Italy’s Democratic Party: a pro-European barrier against nationalism

Italian Democratic Party (PD) leader Enrico Letta in Rome, Italy, 22 September 2022. [EPA-EFE/ANGELO CARCONI]

In the run-up to Sunday’s elections (25 September), EURACTIV Italy looks into the Democratic Party’s programme and how it relates to the EU.

Read the original article in Italian here.

Democratic Party (PD), led by Enrico Letta, who also heads the Jacques Delors Institute, presented a programme that describes the EU as indispensable in tackling EU and Italian issues. Strengthening the EUwould also allow European interests and values to be defended around the world, the programme adds.

In its programme, PD explicitly proposes EU Treaty reform. The aim is to abolish the requirement for unanimity rule in some policy areas, and implement the proposals made by the Conference on the Future of Europe. The programme is also in favour of enlargement, and increased coordination on foreign policy and security issues, and with regards to the digital and green transition.

The programme also advocates a common defence and foreign policy, to make Europe a reliable international player in defence of peace, solidarity and development, starting with the strengthening and prioritising of a cooperation policy in the Mediterranean.

PD’s programme also condemns Russia for its invasion of Ukraine and calls for European diplomatic action to put an end to the conflict. It also calls for support for Kyiv, without, however, mentioning whether such support should be military, or whether it should come from member states or from the EU.

In its programme, PD also says it backs the EU’s Next Generation EU fund, the Green Deal and the Fit for 55 package, and the digital transition. It also says it backs the implementation of the national recovery and resilience plan, including structural reforms, which are repeatedly mentioned throughout the programme.

At the same time, it suggests transforming the EU’s Stability Pact into a so-called “Sustainability Pact” so that investments for the ecological transition are accompanied by gradual and sustainable fiscal consolidation. The party also says It supports the EU’s proposals on own resources, such as the global minimum tax on multinationals and the carbon border adjustment mechanism – a carbon levy at the border which aims to reduce emissions.
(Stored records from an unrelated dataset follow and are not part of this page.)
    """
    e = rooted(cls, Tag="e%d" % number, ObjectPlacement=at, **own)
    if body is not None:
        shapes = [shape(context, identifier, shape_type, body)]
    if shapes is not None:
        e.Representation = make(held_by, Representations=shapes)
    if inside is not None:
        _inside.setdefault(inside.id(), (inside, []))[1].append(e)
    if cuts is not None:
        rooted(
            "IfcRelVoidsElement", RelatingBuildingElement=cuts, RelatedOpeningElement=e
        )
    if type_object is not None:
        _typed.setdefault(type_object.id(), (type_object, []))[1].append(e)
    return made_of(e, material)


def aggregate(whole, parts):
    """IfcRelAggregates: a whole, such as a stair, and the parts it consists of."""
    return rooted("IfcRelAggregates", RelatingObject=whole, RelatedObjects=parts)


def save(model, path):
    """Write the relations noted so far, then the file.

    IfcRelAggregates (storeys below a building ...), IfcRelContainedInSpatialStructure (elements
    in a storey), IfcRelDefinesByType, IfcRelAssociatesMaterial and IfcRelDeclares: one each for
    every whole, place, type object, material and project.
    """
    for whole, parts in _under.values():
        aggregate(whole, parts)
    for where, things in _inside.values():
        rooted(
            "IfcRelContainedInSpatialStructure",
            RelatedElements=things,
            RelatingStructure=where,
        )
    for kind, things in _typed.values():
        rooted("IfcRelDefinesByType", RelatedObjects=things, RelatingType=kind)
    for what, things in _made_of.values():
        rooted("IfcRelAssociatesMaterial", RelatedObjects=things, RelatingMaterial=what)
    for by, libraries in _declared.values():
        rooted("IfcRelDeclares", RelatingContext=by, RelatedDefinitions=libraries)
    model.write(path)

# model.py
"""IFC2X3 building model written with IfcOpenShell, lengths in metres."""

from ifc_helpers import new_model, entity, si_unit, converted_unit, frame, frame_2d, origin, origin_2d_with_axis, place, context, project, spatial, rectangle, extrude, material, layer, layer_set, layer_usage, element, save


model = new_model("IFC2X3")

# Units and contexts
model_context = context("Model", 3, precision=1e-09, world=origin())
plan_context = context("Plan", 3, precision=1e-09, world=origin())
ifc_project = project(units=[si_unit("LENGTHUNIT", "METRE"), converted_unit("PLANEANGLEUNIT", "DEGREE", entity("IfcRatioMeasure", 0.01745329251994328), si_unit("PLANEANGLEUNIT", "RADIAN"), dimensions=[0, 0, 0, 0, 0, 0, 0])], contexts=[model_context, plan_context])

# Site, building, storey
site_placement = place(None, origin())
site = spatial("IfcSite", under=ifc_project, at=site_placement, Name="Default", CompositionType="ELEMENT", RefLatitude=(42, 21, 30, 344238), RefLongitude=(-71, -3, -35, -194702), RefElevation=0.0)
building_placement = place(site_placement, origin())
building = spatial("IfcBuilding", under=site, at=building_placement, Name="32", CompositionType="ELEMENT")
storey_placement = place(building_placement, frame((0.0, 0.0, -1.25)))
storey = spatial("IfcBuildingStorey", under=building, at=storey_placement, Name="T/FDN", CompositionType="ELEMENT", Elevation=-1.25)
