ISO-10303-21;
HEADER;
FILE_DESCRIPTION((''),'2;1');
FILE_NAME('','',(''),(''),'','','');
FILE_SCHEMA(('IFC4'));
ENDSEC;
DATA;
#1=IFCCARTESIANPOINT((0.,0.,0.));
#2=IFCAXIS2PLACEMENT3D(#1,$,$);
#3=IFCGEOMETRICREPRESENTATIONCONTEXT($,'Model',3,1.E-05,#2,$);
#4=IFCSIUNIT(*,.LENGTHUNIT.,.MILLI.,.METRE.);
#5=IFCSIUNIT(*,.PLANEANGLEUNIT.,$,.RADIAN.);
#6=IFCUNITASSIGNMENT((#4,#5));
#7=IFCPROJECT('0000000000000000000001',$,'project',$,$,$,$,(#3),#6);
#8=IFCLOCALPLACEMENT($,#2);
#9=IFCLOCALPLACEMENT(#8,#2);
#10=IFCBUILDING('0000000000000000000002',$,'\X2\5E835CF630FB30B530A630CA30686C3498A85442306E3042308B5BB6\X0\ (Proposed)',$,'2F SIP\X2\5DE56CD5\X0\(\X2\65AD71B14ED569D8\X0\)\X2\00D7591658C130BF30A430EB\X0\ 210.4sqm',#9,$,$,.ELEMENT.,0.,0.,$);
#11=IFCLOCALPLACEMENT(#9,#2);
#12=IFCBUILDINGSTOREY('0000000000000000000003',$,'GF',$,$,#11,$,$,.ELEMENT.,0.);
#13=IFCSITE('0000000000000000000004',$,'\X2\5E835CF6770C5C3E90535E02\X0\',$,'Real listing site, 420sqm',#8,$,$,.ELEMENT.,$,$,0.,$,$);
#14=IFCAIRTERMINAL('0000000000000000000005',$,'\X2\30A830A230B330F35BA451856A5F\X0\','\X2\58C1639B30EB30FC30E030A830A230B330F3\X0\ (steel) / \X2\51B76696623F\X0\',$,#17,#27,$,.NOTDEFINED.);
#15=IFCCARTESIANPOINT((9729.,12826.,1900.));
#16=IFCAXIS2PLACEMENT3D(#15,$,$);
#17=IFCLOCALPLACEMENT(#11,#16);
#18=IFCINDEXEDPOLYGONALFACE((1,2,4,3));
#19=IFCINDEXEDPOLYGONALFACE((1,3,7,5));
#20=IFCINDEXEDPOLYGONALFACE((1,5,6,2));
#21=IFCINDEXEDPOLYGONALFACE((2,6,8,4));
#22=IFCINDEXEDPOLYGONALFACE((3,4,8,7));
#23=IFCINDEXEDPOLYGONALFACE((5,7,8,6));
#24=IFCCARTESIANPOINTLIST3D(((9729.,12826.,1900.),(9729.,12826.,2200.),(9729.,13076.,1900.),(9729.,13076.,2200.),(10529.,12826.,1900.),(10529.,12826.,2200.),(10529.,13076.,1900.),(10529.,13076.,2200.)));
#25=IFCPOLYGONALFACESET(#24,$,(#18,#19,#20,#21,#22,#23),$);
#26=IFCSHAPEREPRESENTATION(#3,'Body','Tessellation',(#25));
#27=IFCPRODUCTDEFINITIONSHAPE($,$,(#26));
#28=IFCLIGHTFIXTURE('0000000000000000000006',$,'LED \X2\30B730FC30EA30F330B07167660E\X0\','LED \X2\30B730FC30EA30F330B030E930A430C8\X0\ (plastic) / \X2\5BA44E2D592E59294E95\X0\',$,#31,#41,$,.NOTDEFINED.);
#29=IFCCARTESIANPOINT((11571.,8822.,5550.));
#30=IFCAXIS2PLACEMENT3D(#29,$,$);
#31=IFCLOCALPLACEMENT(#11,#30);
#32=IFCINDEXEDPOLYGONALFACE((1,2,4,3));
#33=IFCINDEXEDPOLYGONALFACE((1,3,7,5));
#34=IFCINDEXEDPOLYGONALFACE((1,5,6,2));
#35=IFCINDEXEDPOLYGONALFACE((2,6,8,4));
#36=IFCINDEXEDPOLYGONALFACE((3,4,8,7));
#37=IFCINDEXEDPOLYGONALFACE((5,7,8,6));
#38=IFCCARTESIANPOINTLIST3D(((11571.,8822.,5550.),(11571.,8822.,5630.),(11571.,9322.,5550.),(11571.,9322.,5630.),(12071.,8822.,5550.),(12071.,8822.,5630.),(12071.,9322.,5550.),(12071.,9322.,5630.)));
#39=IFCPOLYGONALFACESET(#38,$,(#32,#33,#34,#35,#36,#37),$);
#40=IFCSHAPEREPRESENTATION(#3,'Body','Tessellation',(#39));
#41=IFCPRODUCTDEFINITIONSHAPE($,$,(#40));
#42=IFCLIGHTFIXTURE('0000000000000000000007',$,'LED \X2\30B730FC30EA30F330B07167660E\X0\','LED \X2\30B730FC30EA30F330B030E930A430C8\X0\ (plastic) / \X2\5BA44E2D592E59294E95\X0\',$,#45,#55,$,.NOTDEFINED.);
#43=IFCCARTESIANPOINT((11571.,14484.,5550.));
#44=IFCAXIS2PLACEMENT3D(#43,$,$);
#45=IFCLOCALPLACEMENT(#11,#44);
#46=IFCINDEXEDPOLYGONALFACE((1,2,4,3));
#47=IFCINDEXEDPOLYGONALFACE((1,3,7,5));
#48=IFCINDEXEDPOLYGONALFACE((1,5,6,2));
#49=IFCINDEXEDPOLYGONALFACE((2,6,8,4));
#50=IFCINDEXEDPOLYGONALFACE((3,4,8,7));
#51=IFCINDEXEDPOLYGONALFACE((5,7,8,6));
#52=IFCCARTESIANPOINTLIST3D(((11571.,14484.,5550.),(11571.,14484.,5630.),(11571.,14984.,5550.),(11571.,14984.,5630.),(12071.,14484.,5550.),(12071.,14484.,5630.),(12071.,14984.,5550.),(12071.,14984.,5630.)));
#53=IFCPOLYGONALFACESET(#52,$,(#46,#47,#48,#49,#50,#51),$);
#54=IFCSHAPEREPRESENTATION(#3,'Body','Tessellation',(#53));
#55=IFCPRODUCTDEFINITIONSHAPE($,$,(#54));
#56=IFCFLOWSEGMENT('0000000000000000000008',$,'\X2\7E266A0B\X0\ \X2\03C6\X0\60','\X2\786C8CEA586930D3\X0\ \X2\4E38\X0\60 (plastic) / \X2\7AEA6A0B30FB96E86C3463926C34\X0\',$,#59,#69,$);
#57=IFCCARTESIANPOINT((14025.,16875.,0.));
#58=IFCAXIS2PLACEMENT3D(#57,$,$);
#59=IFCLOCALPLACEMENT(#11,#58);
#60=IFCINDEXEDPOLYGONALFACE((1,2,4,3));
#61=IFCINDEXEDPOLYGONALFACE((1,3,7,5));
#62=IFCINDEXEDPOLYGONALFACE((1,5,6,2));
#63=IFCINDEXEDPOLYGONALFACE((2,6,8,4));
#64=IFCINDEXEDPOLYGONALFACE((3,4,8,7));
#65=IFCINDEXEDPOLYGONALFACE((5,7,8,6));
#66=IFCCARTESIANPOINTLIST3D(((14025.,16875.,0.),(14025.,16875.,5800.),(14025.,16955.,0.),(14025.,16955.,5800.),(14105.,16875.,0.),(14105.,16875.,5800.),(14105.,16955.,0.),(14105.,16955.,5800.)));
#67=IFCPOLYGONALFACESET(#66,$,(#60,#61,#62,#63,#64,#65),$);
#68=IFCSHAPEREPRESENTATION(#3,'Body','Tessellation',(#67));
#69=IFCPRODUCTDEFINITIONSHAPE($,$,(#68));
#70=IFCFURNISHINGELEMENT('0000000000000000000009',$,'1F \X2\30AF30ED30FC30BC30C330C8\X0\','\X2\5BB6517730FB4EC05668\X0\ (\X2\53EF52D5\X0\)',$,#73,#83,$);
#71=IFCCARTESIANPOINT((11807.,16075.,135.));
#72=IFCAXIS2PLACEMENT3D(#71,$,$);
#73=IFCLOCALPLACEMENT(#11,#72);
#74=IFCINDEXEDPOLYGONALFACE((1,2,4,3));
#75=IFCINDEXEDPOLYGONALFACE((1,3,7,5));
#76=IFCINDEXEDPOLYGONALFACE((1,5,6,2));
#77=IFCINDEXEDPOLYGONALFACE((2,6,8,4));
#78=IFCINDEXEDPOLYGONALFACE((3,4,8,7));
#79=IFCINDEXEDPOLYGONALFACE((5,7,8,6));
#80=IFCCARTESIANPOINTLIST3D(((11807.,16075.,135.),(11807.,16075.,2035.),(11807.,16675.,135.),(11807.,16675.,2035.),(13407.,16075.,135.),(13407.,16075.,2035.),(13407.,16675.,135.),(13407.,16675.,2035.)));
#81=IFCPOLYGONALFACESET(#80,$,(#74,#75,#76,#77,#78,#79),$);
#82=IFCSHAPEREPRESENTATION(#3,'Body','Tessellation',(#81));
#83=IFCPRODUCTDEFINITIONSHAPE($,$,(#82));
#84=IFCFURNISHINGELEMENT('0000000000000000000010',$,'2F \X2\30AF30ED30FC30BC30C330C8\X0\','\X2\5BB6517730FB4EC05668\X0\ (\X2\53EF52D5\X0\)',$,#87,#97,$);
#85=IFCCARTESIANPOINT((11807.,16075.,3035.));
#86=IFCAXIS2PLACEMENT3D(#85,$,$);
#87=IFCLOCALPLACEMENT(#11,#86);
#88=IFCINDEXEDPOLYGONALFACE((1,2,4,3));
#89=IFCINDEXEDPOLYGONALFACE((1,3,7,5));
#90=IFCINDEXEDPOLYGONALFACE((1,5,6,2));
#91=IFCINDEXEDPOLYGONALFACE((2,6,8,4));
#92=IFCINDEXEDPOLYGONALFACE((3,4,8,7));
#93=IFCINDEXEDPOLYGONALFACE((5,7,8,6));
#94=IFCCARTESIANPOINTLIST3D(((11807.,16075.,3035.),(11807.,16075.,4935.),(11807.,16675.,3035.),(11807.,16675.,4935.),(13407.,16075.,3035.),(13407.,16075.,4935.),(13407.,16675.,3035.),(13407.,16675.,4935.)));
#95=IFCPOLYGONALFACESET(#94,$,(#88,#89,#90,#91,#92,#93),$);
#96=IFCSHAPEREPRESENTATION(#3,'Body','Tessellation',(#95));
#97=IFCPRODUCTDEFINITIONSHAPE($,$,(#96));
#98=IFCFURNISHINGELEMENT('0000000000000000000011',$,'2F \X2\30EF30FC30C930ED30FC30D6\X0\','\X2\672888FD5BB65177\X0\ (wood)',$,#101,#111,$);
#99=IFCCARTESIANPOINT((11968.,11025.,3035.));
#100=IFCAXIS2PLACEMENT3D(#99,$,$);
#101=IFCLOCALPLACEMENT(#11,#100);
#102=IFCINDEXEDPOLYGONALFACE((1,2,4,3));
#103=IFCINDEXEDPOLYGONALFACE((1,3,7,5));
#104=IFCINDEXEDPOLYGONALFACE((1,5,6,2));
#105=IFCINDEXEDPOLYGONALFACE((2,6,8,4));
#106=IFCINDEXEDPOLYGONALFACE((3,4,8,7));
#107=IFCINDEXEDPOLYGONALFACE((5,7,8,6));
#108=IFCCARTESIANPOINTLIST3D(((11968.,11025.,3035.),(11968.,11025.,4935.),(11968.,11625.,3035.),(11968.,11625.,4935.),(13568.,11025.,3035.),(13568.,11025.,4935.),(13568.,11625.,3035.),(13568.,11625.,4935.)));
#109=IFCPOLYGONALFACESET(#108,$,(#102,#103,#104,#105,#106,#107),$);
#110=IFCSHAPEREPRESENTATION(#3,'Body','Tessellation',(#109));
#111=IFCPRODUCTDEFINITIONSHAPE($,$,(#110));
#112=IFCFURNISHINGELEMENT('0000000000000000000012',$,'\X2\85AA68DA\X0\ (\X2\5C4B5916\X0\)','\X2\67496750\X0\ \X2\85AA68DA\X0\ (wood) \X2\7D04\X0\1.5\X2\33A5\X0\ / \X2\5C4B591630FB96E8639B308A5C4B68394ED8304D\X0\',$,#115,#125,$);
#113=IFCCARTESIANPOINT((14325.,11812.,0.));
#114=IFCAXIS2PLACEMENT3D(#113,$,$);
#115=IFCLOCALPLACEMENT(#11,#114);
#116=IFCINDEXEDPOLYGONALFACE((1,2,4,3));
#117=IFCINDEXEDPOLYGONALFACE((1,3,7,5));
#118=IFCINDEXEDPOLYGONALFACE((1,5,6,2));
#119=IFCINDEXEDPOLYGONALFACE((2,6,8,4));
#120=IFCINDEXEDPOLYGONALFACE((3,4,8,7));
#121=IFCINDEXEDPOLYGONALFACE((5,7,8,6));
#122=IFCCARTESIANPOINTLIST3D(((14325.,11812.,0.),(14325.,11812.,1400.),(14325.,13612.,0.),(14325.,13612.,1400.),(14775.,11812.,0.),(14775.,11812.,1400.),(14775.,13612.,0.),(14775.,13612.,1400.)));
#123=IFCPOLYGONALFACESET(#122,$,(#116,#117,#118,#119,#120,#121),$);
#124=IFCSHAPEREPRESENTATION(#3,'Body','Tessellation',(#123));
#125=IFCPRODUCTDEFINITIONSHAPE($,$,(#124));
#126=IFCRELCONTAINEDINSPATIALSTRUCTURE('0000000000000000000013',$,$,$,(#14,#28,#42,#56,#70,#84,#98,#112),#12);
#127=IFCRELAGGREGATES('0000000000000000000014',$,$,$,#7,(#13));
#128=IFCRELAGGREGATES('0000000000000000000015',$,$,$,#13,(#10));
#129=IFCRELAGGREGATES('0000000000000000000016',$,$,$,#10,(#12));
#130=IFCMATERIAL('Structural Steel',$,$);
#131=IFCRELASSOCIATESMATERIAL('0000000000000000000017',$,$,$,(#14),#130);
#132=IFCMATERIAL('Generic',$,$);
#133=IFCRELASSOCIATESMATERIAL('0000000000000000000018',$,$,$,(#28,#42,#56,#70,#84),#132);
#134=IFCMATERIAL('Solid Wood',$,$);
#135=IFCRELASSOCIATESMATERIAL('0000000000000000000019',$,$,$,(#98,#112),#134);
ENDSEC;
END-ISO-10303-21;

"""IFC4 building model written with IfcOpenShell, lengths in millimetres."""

from ifc_helpers import new_model, si_unit, frame, frame_2d, origin, place, context, project, spatial, rectangle, extrude, material, element, save


model = new_model("IFC4")

# Units and contexts
model_context = context("Model", 3, precision=1e-05, world=origin())
ifc_project = project(units=[si_unit("LENGTHUNIT", "METRE", prefix="MILLI"), si_unit("PLANEANGLEUNIT", "RADIAN")], contexts=[model_context])

# Site, building, storey
site_placement = place(None, origin())
site = spatial("IfcSite", under=ifc_project, at=site_placement, Name="広島県尾道市", ObjectType="Real listing site, 420sqm", CompositionType="ELEMENT", RefElevation=0.0)
building_placement = place(site_placement, origin())
building = spatial("IfcBuilding", under=site, at=building_placement, Name="広島・サウナと水風呂のある家 (Proposed)", ObjectType="2F SIP工法(断熱仕様)×外壁タイル 210.4sqm", CompositionType="ELEMENT", ElevationOfRefHeight=0.0, ElevationOfTerrain=0.0)
storey_placement = place(building_placement, origin())
storey = spatial("IfcBuildingStorey", under=building, at=storey_placement, Name="GF", CompositionType="ELEMENT", Elevation=0.0)

# Shared definitions
ifc_material_1 = material(Name="Solid Wood")

# Shared definitions
ifc_material_2 = material(Name="Structural Steel")

# Shared definitions
ifc_material_3 = material(Name="Generic")

# Air terminal
air_terminal_placement = place(storey_placement, frame((9729.0, 12826.0, 1900.0)))
element("IfcAirTerminal", 1, at=air_terminal_placement, inside=storey, material=ifc_material_2, Name="エアコン室内機", Description="壁掛ルームエアコン (steel) / 冷暖房", PredefinedType="NOTDEFINED", context=model_context, shape_type="SweptSolid", body=[
    extrude(rectangle(XDim=800.0, YDim=250.0, at=frame_2d((400.0, 125.0))), frame((9729.0, 12826.0, 1900.0)), (0.0, 0.0, 1.0), 300.0),
])

# Light fixtures
light_fixture_1_placement = place(storey_placement, frame((11571.0, 8822.0, 5550.0)))
element("IfcLightFixture", 2, at=light_fixture_1_placement, inside=storey, material=ifc_material_3, Name="LED シーリング照明", Description="LED シーリングライト (plastic) / 室中央天井", PredefinedType="NOTDEFINED", context=model_context, shape_type="SweptSolid", body=[
    extrude(rectangle(XDim=500.0, YDim=500.0, at=frame_2d((250.0, 250.0))), frame((11571.0, 8822.0, 5550.0)), (0.0, 0.0, 1.0), 80.0),
])
light_fixture_2_placement = place(storey_placement, frame((11571.0, 14484.0, 5550.0)))
element("IfcLightFixture", 3, at=light_fixture_2_placement, inside=storey, material=ifc_material_3, Name="LED シーリング照明", Description="LED シーリングライト (plastic) / 室中央天井", PredefinedType="NOTDEFINED", context=model_context, shape_type="SweptSolid", body=[
    extrude(rectangle(XDim=500.0, YDim=500.0, at=frame_2d((250.0, 250.0))), frame((11571.0, 14484.0, 5550.0)), (0.0, 0.0, 1.0), 80.0),
])

# Flow segment
flow_segment_placement = place(storey_placement, frame((14025.0, 16875.0, 0.0)))
element("IfcFlowSegment", 4, at=flow_segment_placement, inside=storey, material=ifc_material_3, Name="縦樋 φ60", Description="硬質塩ビ 丸60 (plastic) / 竪樋・雨水排水", context=model_context, shape_type="SweptSolid", body=[
    extrude(rectangle(XDim=80.0, YDim=80.0, at=frame_2d((40.0, 40.0))), frame((14025.0, 16875.0, 0.0)), (0.0, 0.0, 1.0), 5800.0),
])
The likely reason why PD has the EU featured so much in its programme is the fact that being pro-European sets the party apart from what is being proposed by “the right-wingers who consider Donald Trump, Vladimir Putin and Viktor Orban privileged counterparts or reference leaders,” the programme states. “A government of these right-wingers would be dangerous for Italy: it would disrupt the efforts and progress made so far after the pandemic outbreak and isolate Italy from the rest of Europe,” it added. “The Italian right-wing proposes an obscurantist and isolationist vision of the country, opposed to Europe, ambiguous on the Euro, denialist on climate change, permeable to disinformation and foreign interference, … in open conflict with the European values of the state of law. Giorgia Meloni’s right wing, together with its European allies, has never voted in favour of the NRRP, in Italy or in Europe,” it also says. PD presents itself as the pro-European barrier against nationalism in Italy.